Mit WLAN 6, das gemäß IEEE 802.11ax standardisiert ist, kommt aktuell ebenfalls eine neue WLAN-Generation auf den Markt, die für die industrielle Automatisierung zahlreiche interessante Funktionen bietet. Erweist sich WLAN damit als Alternative zu privaten 5G-Netzwerken? Fakt ist, dass 5G das Potenzial hat, um als unternehmensweite drahtlose Kommunikations-Infrastruktur die Fabrik- und Prozessautomatisierung nachhaltig zu prägen. Es gibt bereits erste Testinstallationen und etliche Anlagenbetreiber wollen ihre Fabriken schon 2021 mit 5G ausstatten. Dafür hat Phoenix Contact gemeinsam mit Quectel und Ericsson den ersten industriellen 5G-Router für lokale 5G-Industrienetzwerke entwickelt.

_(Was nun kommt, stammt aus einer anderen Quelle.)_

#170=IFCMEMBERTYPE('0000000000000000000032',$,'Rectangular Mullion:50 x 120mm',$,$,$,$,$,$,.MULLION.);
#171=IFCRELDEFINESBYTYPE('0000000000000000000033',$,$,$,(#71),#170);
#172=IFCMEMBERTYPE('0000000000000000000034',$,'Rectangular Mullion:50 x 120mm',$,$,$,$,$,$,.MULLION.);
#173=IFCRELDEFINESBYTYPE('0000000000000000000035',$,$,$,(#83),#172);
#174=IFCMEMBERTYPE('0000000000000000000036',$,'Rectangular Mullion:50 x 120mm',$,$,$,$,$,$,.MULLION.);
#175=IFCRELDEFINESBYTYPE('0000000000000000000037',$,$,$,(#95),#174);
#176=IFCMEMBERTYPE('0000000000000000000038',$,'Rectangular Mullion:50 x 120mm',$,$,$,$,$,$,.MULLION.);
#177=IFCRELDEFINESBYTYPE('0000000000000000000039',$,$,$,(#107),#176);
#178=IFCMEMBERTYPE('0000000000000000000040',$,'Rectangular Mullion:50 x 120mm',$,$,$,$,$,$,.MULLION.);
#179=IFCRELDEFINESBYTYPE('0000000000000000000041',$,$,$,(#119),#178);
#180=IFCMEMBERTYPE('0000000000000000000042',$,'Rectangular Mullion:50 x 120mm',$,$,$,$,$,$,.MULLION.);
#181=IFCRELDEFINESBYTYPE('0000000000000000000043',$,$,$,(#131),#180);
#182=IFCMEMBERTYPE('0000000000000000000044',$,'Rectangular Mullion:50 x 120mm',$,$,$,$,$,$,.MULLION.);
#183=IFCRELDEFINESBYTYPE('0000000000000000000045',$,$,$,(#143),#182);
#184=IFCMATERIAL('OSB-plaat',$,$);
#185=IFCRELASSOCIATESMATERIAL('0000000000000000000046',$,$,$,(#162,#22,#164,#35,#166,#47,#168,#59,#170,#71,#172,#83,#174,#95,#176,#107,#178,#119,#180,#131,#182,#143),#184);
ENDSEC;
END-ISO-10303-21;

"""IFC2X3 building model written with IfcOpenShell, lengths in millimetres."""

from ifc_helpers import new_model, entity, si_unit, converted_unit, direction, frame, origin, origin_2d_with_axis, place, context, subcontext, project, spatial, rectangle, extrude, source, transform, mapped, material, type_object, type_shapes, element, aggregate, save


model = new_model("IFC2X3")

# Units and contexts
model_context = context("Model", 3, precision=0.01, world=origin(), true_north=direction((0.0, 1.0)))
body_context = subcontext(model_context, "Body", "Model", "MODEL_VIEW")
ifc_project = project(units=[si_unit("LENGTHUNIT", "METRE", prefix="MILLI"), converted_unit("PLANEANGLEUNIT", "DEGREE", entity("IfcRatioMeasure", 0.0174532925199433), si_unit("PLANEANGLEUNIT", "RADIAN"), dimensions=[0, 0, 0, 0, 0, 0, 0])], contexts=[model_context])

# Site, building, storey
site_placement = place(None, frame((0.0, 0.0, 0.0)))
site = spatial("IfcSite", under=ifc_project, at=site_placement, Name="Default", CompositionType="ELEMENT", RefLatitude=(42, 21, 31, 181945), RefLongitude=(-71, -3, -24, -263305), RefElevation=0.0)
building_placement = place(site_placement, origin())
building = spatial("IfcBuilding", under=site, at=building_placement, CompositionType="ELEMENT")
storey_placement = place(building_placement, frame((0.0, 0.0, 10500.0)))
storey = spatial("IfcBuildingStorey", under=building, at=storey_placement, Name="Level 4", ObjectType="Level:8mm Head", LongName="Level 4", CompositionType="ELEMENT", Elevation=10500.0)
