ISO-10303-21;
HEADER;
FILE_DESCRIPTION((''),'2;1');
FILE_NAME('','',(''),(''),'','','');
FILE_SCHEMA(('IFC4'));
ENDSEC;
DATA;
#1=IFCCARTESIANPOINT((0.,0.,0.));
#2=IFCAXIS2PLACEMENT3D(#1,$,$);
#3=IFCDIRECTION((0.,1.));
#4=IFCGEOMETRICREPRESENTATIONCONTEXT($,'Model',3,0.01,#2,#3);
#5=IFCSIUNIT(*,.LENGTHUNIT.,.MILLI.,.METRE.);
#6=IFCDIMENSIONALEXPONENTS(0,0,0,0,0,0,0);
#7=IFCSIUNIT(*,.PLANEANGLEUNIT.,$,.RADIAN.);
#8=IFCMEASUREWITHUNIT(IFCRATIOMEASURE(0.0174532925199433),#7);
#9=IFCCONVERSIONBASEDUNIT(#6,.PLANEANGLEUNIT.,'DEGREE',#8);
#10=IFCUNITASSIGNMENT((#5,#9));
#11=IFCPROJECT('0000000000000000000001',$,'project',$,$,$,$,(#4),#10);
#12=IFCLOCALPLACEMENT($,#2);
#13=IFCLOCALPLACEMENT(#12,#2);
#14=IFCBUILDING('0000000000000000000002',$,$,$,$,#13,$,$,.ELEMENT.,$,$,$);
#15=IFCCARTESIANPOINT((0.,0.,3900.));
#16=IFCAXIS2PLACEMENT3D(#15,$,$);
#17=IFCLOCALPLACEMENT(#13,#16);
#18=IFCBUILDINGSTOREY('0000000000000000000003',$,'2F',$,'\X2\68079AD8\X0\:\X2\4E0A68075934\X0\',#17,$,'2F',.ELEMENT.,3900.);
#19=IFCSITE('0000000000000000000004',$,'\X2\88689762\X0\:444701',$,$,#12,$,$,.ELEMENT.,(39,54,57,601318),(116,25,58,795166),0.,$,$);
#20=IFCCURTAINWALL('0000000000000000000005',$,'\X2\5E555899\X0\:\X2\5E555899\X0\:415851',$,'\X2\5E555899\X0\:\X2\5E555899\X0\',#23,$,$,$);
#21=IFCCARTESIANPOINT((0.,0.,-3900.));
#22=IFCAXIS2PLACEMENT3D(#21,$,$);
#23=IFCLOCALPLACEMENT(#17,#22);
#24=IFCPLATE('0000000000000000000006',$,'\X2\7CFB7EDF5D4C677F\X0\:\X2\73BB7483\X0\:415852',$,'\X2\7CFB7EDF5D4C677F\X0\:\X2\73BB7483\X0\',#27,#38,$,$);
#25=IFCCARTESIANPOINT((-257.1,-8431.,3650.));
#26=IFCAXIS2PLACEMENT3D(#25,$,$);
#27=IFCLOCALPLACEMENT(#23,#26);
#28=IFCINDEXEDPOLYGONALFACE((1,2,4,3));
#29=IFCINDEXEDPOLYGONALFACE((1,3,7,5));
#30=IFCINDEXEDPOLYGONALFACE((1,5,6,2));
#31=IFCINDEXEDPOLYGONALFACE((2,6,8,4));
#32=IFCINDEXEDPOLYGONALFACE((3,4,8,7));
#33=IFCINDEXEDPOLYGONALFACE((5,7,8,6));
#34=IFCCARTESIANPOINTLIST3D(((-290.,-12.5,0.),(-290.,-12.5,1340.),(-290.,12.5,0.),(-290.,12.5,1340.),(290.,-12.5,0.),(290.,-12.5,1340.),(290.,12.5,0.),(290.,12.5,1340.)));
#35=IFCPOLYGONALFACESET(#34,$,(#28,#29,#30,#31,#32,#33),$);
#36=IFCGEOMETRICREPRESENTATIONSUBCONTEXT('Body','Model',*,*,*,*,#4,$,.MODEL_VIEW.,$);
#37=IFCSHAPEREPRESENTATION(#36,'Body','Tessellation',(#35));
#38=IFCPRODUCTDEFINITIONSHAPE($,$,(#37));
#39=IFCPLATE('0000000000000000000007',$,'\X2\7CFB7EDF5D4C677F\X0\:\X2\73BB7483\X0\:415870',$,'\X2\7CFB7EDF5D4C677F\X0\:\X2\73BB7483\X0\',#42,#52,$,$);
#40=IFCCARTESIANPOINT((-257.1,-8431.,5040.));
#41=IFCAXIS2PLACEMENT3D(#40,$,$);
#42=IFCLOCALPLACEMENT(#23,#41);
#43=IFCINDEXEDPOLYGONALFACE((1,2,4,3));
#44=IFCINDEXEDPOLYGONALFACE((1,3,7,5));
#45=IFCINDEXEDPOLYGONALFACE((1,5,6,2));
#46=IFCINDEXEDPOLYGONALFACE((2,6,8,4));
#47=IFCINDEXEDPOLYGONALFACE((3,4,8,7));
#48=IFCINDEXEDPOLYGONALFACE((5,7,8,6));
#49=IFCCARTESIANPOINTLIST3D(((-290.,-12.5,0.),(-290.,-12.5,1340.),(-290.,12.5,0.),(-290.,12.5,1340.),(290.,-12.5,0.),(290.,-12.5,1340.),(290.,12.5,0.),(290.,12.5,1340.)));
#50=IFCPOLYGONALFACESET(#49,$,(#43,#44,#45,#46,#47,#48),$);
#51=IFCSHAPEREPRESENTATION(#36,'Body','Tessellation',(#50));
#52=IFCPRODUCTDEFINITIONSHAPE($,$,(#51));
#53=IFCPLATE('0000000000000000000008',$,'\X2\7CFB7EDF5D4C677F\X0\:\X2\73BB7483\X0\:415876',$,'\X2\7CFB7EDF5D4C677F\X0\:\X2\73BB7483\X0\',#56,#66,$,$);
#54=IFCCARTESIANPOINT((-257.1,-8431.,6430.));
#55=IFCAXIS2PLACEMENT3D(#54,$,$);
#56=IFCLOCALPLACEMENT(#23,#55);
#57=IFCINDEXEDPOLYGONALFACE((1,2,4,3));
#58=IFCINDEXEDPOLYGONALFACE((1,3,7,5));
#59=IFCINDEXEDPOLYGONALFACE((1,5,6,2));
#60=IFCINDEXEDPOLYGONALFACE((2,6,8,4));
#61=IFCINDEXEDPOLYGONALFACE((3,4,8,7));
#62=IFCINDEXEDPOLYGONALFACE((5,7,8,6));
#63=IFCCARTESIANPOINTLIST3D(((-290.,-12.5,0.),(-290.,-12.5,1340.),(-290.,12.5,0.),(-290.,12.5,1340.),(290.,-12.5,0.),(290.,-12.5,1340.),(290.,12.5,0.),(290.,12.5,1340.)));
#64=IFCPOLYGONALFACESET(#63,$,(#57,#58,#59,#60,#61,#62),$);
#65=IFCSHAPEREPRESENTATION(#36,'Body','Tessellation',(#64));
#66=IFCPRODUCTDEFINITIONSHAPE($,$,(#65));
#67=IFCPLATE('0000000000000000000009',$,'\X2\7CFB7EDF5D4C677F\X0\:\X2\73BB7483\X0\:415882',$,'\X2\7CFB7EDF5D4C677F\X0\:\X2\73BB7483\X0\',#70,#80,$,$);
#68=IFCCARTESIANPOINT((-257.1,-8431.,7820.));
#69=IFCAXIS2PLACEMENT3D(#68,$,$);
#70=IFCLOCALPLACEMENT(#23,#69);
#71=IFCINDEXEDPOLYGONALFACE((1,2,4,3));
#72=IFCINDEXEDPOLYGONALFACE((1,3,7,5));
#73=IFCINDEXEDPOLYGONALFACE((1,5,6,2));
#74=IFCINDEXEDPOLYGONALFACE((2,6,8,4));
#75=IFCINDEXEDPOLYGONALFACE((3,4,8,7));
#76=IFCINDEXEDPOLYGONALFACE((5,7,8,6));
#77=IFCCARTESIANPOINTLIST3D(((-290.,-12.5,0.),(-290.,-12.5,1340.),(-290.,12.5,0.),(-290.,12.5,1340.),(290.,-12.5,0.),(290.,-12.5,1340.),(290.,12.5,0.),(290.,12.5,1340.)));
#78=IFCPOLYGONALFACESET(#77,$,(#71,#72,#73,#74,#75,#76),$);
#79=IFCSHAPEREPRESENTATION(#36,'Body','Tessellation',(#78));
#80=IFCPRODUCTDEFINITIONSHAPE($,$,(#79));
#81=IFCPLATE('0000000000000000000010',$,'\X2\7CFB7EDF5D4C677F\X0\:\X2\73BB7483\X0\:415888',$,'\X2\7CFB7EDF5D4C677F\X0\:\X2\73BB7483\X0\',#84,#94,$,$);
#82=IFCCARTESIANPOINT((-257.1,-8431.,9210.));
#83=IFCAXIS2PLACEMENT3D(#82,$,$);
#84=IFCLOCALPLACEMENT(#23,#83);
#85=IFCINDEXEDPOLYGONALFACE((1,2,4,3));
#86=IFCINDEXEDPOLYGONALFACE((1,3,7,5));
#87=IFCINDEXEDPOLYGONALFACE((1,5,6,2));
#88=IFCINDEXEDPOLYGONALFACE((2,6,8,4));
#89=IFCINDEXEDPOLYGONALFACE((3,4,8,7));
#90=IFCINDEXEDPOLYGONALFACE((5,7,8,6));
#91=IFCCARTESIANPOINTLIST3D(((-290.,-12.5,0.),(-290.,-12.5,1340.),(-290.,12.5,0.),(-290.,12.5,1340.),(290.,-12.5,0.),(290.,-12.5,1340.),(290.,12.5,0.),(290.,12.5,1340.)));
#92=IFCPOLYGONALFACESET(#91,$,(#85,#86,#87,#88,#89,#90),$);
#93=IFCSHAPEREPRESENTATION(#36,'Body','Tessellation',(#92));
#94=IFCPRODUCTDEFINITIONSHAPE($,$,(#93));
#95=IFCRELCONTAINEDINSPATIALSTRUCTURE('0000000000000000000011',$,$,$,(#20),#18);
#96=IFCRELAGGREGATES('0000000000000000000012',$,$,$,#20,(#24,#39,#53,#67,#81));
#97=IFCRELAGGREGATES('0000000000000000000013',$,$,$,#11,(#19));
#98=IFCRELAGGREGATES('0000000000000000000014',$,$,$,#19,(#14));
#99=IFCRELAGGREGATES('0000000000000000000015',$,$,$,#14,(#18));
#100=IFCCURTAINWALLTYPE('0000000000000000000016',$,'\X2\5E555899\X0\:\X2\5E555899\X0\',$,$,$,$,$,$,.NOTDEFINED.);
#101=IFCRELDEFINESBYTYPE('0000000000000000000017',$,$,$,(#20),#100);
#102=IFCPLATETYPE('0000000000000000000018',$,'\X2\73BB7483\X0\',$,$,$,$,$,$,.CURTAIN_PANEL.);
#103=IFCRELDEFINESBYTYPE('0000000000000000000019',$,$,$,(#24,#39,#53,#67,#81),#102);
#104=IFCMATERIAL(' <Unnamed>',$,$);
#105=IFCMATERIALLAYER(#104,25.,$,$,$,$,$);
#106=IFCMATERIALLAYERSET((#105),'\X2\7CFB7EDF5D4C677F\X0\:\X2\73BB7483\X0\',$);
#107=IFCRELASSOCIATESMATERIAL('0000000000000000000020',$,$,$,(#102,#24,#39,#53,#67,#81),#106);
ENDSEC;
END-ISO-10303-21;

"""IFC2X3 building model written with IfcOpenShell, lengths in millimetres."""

from ifc_helpers import new_model, entity, si_unit, converted_unit, direction, frame, origin, origin_2d_with_axis, place, context, subcontext, project, spatial, rectangle, extrude, source, transform, mapped, material, layer, layer_set, layer_usage, type_object, type_shapes, element, aggregate, save


model = new_model("IFC2X3")

# Units and contexts
model_context = context("Model", 3, precision=0.01, world=origin(), true_north=direction((0.0, 1.0)))
body_context = subcontext(model_context, "Body", "Model", "MODEL_VIEW")
ifc_project = project(units=[si_unit("LENGTHUNIT", "METRE", prefix="MILLI"), converted_unit("PLANEANGLEUNIT", "DEGREE", entity("IfcRatioMeasure", 0.0174532925199433), si_unit("PLANEANGLEUNIT", "RADIAN"), dimensions=[0, 0, 0, 0, 0, 0, 0])], contexts=[model_context])

# Site, building, storey
site_placement = place(None, origin())
site = spatial("IfcSite", under=ifc_project, at=site_placement, Name="表面:444701", CompositionType="ELEMENT", RefLatitude=(39, 54, 57, 601318), RefLongitude=(116, 25, 58, 795166), RefElevation=0.0)
building_placement = place(site_placement, origin())
building = spatial("IfcBuilding", under=site, at=building_placement, CompositionType="ELEMENT")
storey_placement = place(building_placement, frame((0.0, 0.0, 3900.0)))
storey = spatial("IfcBuildingStorey", under=building, at=storey_placement, Name="2F", ObjectType="标高:上标头", LongName="2F", CompositionType="ELEMENT", Elevation=3900.0)

# Curtain wall
curtain_wall_type = type_object("IfcCurtainWallType", Name="幕墙:幕墙", PredefinedType="NOTDEFINED")
curtain_wall_1_placement = place(storey_placement, frame((0.0, 0.0, -3900.0)))
curtain_wall_1 = element("IfcCurtainWall", 1, at=curtain_wall_1_placement, inside=storey, type_object=curtain_wall_type, Name="幕墙:幕墙:415851", ObjectType="幕墙:幕墙")

# Plates
ifc_material_1 = material(Name=" <Unnamed>")
ifc_layer_1 = layer(ifc_material_1, 25.0)
ifc_layer_set_1 = layer_set([ifc_layer_1], Name="系统嵌板:玻璃")
ifc_layer_usage_1 = layer_usage(ifc_layer_set_1, "AXIS3", "POSITIVE", 0.0)
plate_type = type_object("IfcPlateType", Name="玻璃", PredefinedType="CURTAIN_PANEL", material=ifc_layer_set_1)
shared_shape_1 = source(origin(), body_context, "Body", "SweptSolid", [
    extrude(rectangle(XDim=25.0, YDim=580.0, at=origin_2d_with_axis()), frame((0.0, 0.0, 0.0), z_axis=(0.0, 0.0, 1.0), x_axis=(0.0, 1.0, 0.0)), (0.0, 0.0, 1.0), 1340.0),
])
type_shapes(plate_type, [shared_shape_1])
plate_1_placement = place(curtain_wall_1_placement, frame((-257.1, -8431.0, 3650.0)))
plate_1 = element("IfcPlate", 2, at=plate_1_placement, type_object=plate_type, material=ifc_layer_usage_1, Name="系统嵌板:玻璃:415852", ObjectType="系统嵌板:玻璃", context=body_context, shape_type="MappedRepresentation", body=[
    mapped(shared_shape_1, transform((0.0, 0.0, 0.0), scale=1.0)),
])
ifc_layer_usage_2 = layer_usage(ifc_layer_set_1, "AXIS3", "POSITIVE", 0.0)
plate_2_placement = place(curtain_wall_1_placement, frame((-257.1, -8431.0, 5040.0)))
plate_2 = element("IfcPlate", 3, at=plate_2_placement, type_object=plate_type, material=ifc_layer_usage_2, Name="系统嵌板:玻璃:415870", ObjectType="系统嵌板:玻璃", context=body_context, shape_type="MappedRepresentation", body=[
    mapped(shared_shape_1, transform((0.0, 0.0, 0.0), scale=1.0)),
])
ifc_layer_usage_3 = layer_usage(ifc_layer_set_1, "AXIS3", "POSITIVE", 0.0)
plate_3_placement = place(curtain_wall_1_placement, frame((-257.1, -8431.0, 6430.0)))
plate_3 = element("IfcPlate", 4, at=plate_3_placement, type_object=plate_type, material=ifc_layer_usage_3, Name="系统嵌板:玻璃:415876", ObjectType="系统嵌板:玻璃", context=body_context, shape_type="MappedRepresentation", body=[
    mapped(shared_shape_1, transform((0.0, 0.0, 0.0), scale=1.0)),
])
ifc_layer_usage_4 = layer_usage(ifc_layer_set_1, "AXIS3", "POSITIVE", 0.0)
plate_4_placement = place(curtain_wall_1_placement, frame((-257.1, -8431.0, 7820.0)))
plate_4 = element("IfcPlate", 5, at=plate_4_placement, type_object=plate_type, material=ifc_layer_usage_4, Name="系统嵌板:玻璃:415882", ObjectType="系统嵌板:玻璃", context=body_context, shape_type="MappedRepresentation", body=[
    mapped(shared_shape_1, transform((0.0, 0.0, 0.0), scale=1.0)),
])
ifc_layer_usage_5 = layer_usage(ifc_layer_set_1, "AXIS3", "POSITIVE", 0.0)
plate_5_placement = place(curtain_wall_1_placement, frame((-257.1, -8431.0, 9210.0)))
plate_5 = element("IfcPlate", 6, at=plate_5_placement, type_object=plate_type, material=ifc_layer_usage_5, Name="系统嵌板:玻璃:415888", ObjectType="系统嵌板:玻璃", context=body_context, shape_type="MappedRepresentation", body=[
    mapped(shared_shape_1, transform((0.0, 0.0, 0.0), scale=1.0)),
])
aggregate(curtain_wall_1, [plate_1, plate_2, plate_3, plate_4, plate_5])

save(model, "model.ifc")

Echtzeitfähige industrielle 5G-Netzwerke auf Basis von Release 16 und 17 werden voraussichtlich ab 2022 verfügbar sein, wenn alles wie geplant läuft.
Mit den industriellen Wireless-LAN-Technologien steht eine Funktechnologie zur Verfügung, die bereits seit mehr als 15 Jahren erfolgreich zur drahtlosen Datenübertragung in unterschiedlichen industriellen Branchen und Applikationen eingesetzt wird. WLAN-Netzwerke sind also in vielen Fabriken vorhanden und können einfach aktualisiert und erweitert werden.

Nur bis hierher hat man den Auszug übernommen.